Es heißt aber letztendlich: Ja, auf der einen Seite gibt es ein Leben außerhalb der Klinik. Auf der anderen Seite: Manchmal passieren die spannenden Dinge gerade so am Schluss und die Balance muss man einfach so ein kleines bisschen finden. Heißt letztendlich, man muss für sich selber wissen, wie viel man sich zumuten kann. Es gibt für vieles Lösungen. Es gibt auch Teilzeitmodelle, die mehr etabliert werden müssen, um genau das zu vermeiden, was Sie gerade gesagt haben. Dass man nicht irgendwann das Gefühl hat, man wird von der Tagesarbeit erschlagen.
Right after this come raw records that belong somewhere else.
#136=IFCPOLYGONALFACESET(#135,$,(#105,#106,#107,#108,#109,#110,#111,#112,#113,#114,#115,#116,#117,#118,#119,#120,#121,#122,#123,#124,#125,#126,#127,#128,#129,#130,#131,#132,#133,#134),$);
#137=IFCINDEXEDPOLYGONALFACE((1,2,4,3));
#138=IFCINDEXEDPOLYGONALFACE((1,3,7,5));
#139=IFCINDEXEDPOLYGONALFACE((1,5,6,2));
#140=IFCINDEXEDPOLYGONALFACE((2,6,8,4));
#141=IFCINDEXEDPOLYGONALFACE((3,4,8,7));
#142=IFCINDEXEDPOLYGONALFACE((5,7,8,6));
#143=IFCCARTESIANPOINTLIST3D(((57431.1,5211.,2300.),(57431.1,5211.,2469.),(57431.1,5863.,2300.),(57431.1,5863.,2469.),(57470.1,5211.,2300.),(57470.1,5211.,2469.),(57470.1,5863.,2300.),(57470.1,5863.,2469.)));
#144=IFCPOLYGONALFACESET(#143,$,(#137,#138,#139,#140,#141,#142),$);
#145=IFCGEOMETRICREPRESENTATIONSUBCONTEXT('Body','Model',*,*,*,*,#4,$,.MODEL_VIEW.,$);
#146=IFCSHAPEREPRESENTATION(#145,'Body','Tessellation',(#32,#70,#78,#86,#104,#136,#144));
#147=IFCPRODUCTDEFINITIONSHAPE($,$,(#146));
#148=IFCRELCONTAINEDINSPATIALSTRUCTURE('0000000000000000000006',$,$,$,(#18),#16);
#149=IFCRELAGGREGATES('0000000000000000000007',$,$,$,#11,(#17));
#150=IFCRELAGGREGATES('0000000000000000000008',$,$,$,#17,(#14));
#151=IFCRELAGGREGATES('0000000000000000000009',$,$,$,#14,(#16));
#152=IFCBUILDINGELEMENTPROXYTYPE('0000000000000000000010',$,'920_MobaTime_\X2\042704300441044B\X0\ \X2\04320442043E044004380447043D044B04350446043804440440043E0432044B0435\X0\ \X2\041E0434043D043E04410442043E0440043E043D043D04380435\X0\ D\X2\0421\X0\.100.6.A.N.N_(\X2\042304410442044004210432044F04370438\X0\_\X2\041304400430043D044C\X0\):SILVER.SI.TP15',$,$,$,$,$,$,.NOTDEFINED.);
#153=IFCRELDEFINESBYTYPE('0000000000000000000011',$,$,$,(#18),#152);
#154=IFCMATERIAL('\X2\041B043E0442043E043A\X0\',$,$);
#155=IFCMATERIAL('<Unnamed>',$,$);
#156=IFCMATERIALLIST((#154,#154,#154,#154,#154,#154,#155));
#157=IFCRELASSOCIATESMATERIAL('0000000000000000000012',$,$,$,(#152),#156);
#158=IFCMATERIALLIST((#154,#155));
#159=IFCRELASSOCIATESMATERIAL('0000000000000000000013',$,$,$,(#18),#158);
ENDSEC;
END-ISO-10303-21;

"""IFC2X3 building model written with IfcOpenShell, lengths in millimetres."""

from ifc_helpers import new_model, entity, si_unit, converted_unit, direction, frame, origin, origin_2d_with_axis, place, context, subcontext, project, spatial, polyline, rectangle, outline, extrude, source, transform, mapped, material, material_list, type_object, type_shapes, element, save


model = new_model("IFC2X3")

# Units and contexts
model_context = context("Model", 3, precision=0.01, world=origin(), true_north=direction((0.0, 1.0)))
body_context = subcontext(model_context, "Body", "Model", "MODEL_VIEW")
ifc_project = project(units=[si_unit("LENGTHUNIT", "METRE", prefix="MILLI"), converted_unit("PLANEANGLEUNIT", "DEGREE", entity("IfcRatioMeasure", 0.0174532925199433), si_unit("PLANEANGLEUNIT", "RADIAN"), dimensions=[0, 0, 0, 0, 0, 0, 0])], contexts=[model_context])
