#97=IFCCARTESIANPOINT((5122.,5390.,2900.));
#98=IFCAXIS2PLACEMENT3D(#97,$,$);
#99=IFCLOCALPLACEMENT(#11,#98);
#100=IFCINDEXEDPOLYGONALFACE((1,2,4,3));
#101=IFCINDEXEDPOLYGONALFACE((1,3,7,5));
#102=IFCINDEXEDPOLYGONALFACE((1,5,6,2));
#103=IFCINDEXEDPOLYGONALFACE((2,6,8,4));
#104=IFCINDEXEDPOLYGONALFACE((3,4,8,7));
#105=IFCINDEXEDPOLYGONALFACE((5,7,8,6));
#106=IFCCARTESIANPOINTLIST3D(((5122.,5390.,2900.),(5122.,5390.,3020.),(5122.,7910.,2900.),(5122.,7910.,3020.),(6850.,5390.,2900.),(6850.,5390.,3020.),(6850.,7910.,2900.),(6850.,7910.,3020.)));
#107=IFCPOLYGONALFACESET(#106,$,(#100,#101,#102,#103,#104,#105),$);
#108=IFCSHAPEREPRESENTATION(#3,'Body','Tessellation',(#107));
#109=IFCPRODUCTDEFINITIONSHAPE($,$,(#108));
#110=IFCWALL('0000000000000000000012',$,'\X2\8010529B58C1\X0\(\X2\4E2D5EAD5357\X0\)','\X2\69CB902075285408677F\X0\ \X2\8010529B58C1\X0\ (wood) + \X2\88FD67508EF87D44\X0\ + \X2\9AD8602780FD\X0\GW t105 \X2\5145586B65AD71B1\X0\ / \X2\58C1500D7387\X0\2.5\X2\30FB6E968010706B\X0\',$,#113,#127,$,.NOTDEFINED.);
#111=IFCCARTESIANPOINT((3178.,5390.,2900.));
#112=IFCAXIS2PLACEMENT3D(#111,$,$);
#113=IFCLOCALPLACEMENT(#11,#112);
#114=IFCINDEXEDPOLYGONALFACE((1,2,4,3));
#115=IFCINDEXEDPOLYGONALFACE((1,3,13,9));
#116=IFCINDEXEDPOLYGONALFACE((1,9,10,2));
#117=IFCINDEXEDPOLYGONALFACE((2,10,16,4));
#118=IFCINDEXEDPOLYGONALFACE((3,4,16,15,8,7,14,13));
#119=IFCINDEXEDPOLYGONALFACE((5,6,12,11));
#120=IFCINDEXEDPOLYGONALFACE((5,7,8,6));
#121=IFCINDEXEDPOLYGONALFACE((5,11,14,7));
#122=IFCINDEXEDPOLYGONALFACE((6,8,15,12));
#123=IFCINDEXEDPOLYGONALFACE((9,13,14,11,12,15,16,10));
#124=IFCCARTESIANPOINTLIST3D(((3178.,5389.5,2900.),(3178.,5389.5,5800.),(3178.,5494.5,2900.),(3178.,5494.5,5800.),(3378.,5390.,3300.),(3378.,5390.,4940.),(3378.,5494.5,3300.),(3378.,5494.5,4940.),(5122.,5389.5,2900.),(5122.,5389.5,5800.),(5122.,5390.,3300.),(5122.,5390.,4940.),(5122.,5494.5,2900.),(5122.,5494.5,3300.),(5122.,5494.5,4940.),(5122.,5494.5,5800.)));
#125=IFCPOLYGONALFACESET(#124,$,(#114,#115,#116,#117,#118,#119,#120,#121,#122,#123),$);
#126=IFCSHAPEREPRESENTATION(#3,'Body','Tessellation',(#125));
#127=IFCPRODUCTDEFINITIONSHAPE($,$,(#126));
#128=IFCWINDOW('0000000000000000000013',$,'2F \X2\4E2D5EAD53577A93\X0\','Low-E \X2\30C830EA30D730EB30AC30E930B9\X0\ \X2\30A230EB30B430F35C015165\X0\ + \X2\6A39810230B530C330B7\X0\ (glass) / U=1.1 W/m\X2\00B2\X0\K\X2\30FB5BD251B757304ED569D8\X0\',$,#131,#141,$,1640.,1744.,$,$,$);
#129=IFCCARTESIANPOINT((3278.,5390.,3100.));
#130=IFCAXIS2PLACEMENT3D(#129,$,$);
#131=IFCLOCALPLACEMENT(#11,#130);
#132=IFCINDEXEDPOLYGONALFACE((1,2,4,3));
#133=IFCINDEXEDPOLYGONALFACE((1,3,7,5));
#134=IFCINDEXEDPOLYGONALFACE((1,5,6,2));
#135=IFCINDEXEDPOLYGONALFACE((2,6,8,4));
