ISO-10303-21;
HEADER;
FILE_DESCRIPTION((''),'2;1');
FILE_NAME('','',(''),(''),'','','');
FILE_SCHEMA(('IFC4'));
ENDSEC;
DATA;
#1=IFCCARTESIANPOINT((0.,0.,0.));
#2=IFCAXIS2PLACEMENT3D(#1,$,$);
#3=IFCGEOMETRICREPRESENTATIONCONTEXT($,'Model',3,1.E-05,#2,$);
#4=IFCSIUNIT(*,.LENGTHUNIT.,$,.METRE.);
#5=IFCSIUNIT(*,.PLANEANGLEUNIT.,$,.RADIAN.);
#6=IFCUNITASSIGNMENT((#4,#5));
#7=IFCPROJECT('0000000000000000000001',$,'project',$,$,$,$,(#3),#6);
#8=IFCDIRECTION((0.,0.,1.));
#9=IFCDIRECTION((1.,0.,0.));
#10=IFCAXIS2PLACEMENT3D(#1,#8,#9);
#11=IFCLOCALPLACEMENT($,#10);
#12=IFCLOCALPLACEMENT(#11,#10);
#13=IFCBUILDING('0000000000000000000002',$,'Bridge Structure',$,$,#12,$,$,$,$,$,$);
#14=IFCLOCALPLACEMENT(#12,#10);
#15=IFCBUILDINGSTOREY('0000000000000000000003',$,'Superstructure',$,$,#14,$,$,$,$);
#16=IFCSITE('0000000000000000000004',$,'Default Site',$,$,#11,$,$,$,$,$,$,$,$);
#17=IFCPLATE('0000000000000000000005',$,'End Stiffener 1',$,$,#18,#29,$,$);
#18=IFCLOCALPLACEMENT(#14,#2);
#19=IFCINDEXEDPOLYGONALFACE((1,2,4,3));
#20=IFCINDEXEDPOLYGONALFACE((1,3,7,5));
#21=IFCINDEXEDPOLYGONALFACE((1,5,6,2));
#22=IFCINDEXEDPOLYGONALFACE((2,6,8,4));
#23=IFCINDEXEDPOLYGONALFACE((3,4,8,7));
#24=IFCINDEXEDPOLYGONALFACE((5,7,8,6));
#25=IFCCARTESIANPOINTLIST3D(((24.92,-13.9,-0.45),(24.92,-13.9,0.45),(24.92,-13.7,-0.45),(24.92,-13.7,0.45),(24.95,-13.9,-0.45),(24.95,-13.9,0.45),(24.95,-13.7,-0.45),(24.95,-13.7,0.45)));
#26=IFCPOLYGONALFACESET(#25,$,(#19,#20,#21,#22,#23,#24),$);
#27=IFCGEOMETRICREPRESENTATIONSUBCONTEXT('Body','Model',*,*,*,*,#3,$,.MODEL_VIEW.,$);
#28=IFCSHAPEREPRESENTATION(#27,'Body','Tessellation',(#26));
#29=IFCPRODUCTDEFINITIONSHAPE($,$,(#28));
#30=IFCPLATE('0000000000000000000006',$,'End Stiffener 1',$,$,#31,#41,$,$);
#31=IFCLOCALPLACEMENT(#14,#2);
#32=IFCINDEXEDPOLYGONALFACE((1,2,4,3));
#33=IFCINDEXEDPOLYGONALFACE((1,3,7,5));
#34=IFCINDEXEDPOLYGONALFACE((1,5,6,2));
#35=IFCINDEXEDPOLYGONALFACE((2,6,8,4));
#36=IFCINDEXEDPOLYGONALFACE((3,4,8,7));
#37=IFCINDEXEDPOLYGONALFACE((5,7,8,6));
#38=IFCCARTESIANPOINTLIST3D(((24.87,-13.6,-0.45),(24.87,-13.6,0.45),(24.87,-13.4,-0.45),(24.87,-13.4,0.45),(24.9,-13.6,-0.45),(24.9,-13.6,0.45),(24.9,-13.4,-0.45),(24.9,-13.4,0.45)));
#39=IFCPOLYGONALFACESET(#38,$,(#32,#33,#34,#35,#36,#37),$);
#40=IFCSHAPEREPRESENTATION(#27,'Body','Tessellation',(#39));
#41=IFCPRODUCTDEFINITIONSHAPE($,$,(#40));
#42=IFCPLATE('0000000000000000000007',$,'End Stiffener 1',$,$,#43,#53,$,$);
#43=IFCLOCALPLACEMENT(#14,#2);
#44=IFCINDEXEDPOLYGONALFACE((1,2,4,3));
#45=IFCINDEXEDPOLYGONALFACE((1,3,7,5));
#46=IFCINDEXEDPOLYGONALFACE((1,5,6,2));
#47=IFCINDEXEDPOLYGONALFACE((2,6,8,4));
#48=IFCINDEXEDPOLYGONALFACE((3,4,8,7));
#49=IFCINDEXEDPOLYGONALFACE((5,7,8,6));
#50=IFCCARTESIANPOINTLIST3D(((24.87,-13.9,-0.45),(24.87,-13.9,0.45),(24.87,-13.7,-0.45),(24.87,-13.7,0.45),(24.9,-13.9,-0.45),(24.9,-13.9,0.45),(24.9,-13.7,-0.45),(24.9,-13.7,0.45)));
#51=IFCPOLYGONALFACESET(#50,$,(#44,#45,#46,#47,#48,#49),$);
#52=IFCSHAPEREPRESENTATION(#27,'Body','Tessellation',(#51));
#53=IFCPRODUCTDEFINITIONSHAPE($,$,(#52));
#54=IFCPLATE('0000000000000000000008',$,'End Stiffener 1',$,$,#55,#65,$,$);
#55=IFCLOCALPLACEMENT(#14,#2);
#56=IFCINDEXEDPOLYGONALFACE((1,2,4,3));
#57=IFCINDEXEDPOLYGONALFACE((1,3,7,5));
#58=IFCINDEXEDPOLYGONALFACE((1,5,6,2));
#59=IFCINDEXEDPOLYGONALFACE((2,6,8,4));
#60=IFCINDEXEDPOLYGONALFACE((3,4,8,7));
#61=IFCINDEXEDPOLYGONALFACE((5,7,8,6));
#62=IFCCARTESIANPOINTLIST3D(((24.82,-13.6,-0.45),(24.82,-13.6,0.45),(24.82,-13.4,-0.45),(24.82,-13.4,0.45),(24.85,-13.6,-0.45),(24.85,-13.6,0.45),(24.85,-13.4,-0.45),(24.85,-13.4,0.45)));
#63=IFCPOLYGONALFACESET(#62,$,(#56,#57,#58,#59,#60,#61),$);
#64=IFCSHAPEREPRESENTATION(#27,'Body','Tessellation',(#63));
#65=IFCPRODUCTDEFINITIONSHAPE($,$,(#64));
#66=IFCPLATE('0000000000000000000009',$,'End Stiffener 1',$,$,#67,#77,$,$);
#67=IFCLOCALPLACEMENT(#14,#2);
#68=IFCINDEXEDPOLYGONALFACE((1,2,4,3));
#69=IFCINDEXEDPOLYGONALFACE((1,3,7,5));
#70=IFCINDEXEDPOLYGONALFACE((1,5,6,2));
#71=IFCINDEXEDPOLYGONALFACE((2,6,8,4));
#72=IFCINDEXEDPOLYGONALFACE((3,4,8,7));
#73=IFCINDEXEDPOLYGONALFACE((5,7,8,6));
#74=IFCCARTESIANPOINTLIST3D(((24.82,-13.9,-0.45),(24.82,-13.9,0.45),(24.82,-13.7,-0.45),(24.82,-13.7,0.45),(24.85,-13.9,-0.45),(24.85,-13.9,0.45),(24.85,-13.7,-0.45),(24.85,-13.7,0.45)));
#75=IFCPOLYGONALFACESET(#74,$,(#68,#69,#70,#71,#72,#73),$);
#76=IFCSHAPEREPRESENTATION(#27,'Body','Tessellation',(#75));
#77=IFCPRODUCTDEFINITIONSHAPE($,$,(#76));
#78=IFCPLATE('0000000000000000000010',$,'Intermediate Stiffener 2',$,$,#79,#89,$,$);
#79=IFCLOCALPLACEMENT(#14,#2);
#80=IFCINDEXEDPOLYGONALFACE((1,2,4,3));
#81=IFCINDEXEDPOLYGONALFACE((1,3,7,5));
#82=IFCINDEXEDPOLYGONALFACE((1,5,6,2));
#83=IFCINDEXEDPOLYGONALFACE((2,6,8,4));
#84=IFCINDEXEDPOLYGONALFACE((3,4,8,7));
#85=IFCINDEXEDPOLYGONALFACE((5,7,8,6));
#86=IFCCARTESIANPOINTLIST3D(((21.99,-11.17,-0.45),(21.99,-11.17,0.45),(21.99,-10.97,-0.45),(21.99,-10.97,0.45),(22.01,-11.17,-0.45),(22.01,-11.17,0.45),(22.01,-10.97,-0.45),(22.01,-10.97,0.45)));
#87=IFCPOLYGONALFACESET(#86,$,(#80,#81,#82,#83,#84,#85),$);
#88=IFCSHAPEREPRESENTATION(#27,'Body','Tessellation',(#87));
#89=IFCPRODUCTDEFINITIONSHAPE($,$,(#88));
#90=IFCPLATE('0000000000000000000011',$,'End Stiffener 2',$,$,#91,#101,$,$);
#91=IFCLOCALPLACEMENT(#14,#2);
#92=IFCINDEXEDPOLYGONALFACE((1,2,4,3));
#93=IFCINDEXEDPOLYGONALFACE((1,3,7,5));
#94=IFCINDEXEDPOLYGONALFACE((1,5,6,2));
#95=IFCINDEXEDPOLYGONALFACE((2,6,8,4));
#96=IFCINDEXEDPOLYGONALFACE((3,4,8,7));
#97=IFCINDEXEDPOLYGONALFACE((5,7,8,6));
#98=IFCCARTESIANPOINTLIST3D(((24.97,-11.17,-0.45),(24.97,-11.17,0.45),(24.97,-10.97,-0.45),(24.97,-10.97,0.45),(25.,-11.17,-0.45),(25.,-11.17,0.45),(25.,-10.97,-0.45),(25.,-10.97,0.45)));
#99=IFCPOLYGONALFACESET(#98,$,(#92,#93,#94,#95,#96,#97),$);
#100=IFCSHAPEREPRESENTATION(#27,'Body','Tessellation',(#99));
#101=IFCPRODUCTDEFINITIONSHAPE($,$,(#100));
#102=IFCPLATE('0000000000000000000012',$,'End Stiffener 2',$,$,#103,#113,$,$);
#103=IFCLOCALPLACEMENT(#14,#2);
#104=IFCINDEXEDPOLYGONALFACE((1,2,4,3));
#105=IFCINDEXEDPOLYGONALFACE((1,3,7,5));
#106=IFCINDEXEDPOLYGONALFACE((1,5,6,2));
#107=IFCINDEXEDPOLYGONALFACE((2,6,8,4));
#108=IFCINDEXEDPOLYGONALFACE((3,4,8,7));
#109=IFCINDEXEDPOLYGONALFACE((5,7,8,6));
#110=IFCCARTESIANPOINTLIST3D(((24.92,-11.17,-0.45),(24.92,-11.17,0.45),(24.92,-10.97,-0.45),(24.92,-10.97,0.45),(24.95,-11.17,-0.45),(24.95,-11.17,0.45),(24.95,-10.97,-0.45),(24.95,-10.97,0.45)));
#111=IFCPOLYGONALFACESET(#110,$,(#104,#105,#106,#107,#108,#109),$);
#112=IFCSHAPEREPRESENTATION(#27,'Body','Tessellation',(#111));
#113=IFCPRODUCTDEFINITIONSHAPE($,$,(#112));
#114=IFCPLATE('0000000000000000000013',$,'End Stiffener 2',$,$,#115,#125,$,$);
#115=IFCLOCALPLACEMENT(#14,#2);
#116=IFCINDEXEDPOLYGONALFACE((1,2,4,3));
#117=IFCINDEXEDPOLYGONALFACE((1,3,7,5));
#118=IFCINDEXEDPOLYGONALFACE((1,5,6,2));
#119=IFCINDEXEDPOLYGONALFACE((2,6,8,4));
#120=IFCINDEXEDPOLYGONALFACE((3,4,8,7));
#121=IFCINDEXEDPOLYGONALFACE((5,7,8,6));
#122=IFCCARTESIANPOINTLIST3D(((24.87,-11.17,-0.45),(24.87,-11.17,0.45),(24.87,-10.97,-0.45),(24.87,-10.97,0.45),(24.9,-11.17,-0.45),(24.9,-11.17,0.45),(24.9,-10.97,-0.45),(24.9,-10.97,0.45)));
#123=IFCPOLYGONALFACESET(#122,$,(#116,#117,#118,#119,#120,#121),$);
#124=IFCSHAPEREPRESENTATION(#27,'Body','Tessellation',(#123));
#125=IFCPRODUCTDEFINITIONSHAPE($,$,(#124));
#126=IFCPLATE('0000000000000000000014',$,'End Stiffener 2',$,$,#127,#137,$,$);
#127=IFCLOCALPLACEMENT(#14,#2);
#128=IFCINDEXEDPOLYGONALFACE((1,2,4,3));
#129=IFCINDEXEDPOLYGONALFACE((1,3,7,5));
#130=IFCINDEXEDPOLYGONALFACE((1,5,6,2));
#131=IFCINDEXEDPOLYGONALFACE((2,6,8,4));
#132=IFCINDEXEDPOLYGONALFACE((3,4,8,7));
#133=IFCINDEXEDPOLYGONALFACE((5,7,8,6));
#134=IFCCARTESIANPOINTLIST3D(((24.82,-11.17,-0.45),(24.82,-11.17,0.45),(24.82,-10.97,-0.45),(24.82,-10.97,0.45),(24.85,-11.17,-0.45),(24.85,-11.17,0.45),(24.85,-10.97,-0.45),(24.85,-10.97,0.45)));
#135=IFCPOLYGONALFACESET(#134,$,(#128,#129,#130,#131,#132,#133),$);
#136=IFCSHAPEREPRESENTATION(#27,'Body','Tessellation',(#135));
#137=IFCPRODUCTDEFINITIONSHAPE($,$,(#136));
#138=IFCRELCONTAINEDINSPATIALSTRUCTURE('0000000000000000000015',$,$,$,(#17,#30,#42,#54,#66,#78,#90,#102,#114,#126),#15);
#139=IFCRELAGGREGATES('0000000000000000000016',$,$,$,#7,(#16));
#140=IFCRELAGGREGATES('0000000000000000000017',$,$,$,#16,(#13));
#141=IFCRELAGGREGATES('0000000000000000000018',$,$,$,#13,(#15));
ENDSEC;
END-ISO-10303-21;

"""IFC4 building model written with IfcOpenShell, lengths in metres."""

from ifc_helpers import new_model, si_unit, frame, origin, origin_with_axes, origin_2d_with_axis, place, context, subcontext, project, spatial, rectangle, extrude, element, save


model = new_model("IFC4")

# Units and contexts
model_context = context("Model", 3, precision=1e-05, world=origin())
body_context = subcontext(model_context, "Body", "Model", "MODEL_VIEW")
ifc_project = project(units=[si_unit("LENGTHUNIT", "METRE"), si_unit("PLANEANGLEUNIT", "RADIAN")], contexts=[model_context])

# Site, building, storey
site_placement = place(None, origin_with_axes())
site = spatial("IfcSite", under=ifc_project, at=site_placement, Name="Default Site")
building_placement = place(site_placement, origin_with_axes())
building = spatial("IfcBuilding", under=site, at=building_placement, Name="Bridge Structure")
storey_placement = place(building_placement, origin_with_axes())
storey = spatial("IfcBuildingStorey", under=building, at=storey_placement, Name="Superstructure")

# Plates
for number, where, z_axis, x_axis, name in (
    (1, (24.935, -13.8, -0.45), (0.0, 0.0, 1.0), (1.0, 0.0, 0.0), "End Stiffener 1"),
    (2, (24.885, -13.5, -0.45), (0.0, 0.0, 1.0), (1.0, 0.0, 0.0), "End Stiffener 1"),
    (3, (24.885, -13.8, -0.45), (0.0, 0.0, 1.0), (1.0, 0.0, 0.0), "End Stiffener 1"),
    (4, (24.835, -13.5, -0.45), (0.0, 0.0, 1.0), (1.0, 0.0, 0.0), "End Stiffener 1"),
    (5, (24.835, -13.8, -0.45), (0.0, 0.0, 1.0), (1.0, 0.0, 0.0), "End Stiffener 1"),
):
    element("IfcPlate", number, at=place(storey_placement, frame(where, z_axis=z_axis, x_axis=x_axis)), inside=storey, Name=name, context=body_context, shape_type="SweptSolid", body=[
        extrude(rectangle(XDim=0.03, YDim=0.2, at=origin_2d_with_axis()), origin_with_axes(), (0.0, 0.0, 1.0), 0.9),
    ])
plate_placement = place(storey_placement, frame((22.0, -11.07, -0.45), z_axis=(0.0, 0.0, 1.0), x_axis=(1.0, 0.0, 0.0)))
element("IfcPlate", 6, at=plate_placement, inside=storey, Name="Intermediate Stiffener 2", context=body_context, shape_type="SweptSolid", body=[
    extrude(rectangle(XDim=0.02, YDim=0.2, at=origin_2d_with_axis()), origin_with_axes(), (0.0, 0.0, 1.0), 0.9),
])
for number, where, z_axis, x_axis, name in (
    (7, (24.985, -11.07, -0.45), (0.0, 0.0, 1.0), (1.0, 0.0, 0.0), "End Stiffener 2"),
    (8, (24.935, -11.07, -0.45), (0.0, 0.0, 1.0), (1.0, 0.0, 0.0), "End Stiffener 2"),
    (9, (24.885, -11.07, -0.45), (0.0, 0.0, 1.0), (1.0, 0.0, 0.0), "End Stiffener 2"),
    (10, (24.835, -11.07, -0.45), (0.0, 0.0, 1.0), (1.0, 0.0, 0.0), "End Stiffener 2"),
):
    element("IfcPlate", number, at=place(storey_placement, frame(where, z_axis=z_axis, x_axis=x_axis)), inside=storey, Name=name, context=body_context, shape_type="SweptSolid", body=[
        extrude(rectangle(XDim=0.03, YDim=0.2, at=origin_2d_with_axis()), origin_with_axes(), (0.0, 0.0, 1.0), 0.9),
    ])

save(model, "model.ifc")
Da gehört natürlich auch dazu, dass die Patienten anspruchsvoller geworden sind. Alles muss es schnell, gleich und sofort geben und natürlich mit viel Liebe und Zuwendung. Geht auch nicht jeden Tag. Auch da muss man den Ärztinnen und Ärzten zugestehen, dass auch deren Kraft endlich ist. Aber insgesamt glaube ich, dass man sich in dem Beruf doch wohlfühlen kann und manchmal Dinge auch so ein kleines bisschen herbeigeredet werden – weil halt alle irgendwie nur negativ sind. So schlimm ist es wahrscheinlich nicht. Aber wenn Dinge wirklich schwierig sind, muss man die auch ansprechen.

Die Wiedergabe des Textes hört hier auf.